Drysdale and Fitz had called on her the day before and explained that Drysdale and his brother were behind it, and that Fitz was publicizing it in the newspaper he’d inherited. She didn’t hate the story, it was the kind of thing she was sure would be a massive success.
“Does she have to be called Marina?” she’d asked Drysdale, poking him in the shoulder.
He’d blinked a couple times. “Well, no, actually. It’s just already printed on the programs.”
“And you didn’t run that bit by her first like we discussed?” Fitz had said, crossing his arms. Drysdale had looked at her apologetically. The dolt.
Moria could only do what she had always done. Lean into it.
And so here she sat, on opening night, between the man she was pretty sure she was starting to fall in love with, and her chaperone. So many eager eyes looked in her direction throughout the play to see if she was angry or hurt, whether she knew about it or was as surprised as everyone else.
Somewhere in another box, she saw the Duke of Andover looking as handsome and polished as always and was that…Kate Herring?

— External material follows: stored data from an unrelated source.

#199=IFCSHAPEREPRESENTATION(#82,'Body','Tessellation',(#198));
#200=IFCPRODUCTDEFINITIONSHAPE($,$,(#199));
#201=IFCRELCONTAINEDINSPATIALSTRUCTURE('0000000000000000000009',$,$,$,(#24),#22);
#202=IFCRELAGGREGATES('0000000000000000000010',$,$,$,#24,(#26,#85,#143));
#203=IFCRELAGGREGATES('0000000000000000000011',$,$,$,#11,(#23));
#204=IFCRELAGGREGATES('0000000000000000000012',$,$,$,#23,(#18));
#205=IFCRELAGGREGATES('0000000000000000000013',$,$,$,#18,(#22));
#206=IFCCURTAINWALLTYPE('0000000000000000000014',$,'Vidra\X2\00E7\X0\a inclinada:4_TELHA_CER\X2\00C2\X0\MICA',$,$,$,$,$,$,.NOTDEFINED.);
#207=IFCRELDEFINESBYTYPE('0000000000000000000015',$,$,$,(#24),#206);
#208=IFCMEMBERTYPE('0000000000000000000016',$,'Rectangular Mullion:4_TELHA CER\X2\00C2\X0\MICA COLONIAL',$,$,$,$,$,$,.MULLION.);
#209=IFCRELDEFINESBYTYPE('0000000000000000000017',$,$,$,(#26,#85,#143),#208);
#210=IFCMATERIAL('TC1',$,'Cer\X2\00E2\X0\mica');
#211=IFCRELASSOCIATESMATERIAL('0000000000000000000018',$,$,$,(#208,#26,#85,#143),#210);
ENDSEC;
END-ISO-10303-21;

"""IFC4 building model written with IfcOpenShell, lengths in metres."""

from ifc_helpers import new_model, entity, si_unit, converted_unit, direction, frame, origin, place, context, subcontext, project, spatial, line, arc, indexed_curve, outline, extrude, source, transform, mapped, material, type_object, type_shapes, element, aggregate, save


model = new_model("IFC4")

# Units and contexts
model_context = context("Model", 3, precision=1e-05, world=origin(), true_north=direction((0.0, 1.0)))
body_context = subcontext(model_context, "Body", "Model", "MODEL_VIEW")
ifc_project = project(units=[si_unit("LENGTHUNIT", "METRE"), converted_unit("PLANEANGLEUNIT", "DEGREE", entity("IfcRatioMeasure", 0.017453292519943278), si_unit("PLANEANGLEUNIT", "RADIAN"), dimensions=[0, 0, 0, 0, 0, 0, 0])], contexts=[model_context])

Good god, perish the thought. Both were looking at her, and when they saw her looking back, trained their eyes and binoculars back on the stage.
So, naturally, Moria’s face had to take on an amused expression, her demeanor had to reflect that she wasn’t hating it, or they’d all rejoice in her turmoil.

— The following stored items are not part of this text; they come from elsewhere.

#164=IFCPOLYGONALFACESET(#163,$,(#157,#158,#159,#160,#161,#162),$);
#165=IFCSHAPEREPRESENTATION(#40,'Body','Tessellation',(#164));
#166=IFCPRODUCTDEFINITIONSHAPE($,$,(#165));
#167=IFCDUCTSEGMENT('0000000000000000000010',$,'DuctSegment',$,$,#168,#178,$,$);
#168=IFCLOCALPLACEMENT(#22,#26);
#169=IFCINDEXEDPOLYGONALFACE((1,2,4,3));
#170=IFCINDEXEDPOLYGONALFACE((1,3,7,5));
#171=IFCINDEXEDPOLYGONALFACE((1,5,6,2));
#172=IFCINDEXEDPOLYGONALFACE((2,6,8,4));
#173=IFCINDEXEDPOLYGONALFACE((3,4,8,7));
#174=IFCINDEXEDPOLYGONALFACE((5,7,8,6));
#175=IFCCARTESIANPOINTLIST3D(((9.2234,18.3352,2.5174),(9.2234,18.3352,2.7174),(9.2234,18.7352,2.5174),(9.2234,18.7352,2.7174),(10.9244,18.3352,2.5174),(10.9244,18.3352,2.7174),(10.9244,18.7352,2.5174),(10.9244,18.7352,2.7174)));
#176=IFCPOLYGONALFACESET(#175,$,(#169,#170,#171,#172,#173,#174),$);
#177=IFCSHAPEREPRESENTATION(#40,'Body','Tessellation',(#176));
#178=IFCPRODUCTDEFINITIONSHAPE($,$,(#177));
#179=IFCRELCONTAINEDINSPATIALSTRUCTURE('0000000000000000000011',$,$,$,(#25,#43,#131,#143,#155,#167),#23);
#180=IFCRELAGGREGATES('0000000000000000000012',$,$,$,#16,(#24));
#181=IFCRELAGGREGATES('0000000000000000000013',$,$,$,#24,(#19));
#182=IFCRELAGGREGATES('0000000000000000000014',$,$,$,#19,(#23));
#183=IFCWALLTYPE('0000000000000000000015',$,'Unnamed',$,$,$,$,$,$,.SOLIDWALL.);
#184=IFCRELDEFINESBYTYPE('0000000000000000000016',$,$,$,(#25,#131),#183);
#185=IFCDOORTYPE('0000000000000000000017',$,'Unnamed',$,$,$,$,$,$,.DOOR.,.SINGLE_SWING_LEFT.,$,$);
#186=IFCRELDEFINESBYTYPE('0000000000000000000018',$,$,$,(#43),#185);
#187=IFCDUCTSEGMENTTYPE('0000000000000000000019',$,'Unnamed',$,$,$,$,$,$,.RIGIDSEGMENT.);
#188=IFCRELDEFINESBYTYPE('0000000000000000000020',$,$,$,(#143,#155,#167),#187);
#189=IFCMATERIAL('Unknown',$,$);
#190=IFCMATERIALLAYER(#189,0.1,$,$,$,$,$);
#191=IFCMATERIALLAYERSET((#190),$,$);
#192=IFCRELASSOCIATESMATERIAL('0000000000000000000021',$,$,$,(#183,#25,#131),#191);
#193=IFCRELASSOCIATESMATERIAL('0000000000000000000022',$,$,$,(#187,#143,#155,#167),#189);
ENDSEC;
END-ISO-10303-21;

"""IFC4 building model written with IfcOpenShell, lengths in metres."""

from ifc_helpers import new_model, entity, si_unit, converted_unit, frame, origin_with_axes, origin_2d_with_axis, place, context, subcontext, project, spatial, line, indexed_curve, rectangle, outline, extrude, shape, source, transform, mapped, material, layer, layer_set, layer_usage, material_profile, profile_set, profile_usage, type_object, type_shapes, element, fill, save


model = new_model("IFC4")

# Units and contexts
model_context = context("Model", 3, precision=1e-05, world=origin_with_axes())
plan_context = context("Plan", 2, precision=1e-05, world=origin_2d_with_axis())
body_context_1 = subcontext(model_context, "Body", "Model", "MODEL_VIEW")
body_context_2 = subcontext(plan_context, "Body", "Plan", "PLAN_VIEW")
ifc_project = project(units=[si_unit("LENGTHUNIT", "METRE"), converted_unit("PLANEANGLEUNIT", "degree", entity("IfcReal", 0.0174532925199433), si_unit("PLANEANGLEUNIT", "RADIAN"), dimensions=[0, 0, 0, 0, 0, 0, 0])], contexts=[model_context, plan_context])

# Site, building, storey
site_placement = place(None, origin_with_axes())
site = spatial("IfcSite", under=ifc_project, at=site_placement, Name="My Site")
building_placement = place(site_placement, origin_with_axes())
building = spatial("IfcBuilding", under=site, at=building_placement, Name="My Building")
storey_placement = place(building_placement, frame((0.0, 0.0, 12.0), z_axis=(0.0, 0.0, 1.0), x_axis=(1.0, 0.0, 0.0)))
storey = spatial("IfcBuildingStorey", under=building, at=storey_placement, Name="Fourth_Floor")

She couldn’t appear to be loving the attention either, even if she was, because they’d call her all manner of things that may or may not be true.
And then…Devyn. He’d done the chair move and she’d almost collapsed on the spot.
A Duke wouldn’t have done that. Some inner, primal voice riled her.
He grinned at her, the devil. He took her hand and kissed it.
There was a dryness to her throat and a clamminess to her hands that felt out of the natural order of things.
When she’d dreamed about courting this man in public, she hadn’t dreamed of this.
When he’d escorted her tonight, she had hoped maybe he won't find the level of attention directed at me humiliating, but she hadn’t foreseen this.
His hand, holding hers, resting against the armrest of her chair.
All the binoculars looking would catch that.
He didn’t seem to care.
And his brother was saying something to him on his other side, leaning toward him. He was large enough that he could do so without letting go of her hand. Could he do everything without ever letting go of her hand? If she asked him to, he'd find a way.
He only let go when it was time to clap, and he didn’t try to hold her hand again.
Likely, Peregrine had said something like we don’t hold hands of women we aren’t married to at the theater.
The thought made her smile, and Miss Kelley met her eyes. “Try not to look quite like you’re having the night of your life, my dear.”
Moria giggled into her ear, maybe it was the contents of Devyn’s flask. “And if I am?”
Miss Kelley tamped down her own smile. “Because of the play, or the Captain?”
Moria pretended to keep her eyes on the stage. “Definitely the latter. Did you see the chair?”
“Impossible to miss. That was kind of the point, I suppose.”
She’d been playing a dangerous game tonight, stepping out with the captain the same night as the play’s launch; but even when she caught the Duke staring again, she could barely tear her thoughts from the man who had so publicly declared his intent.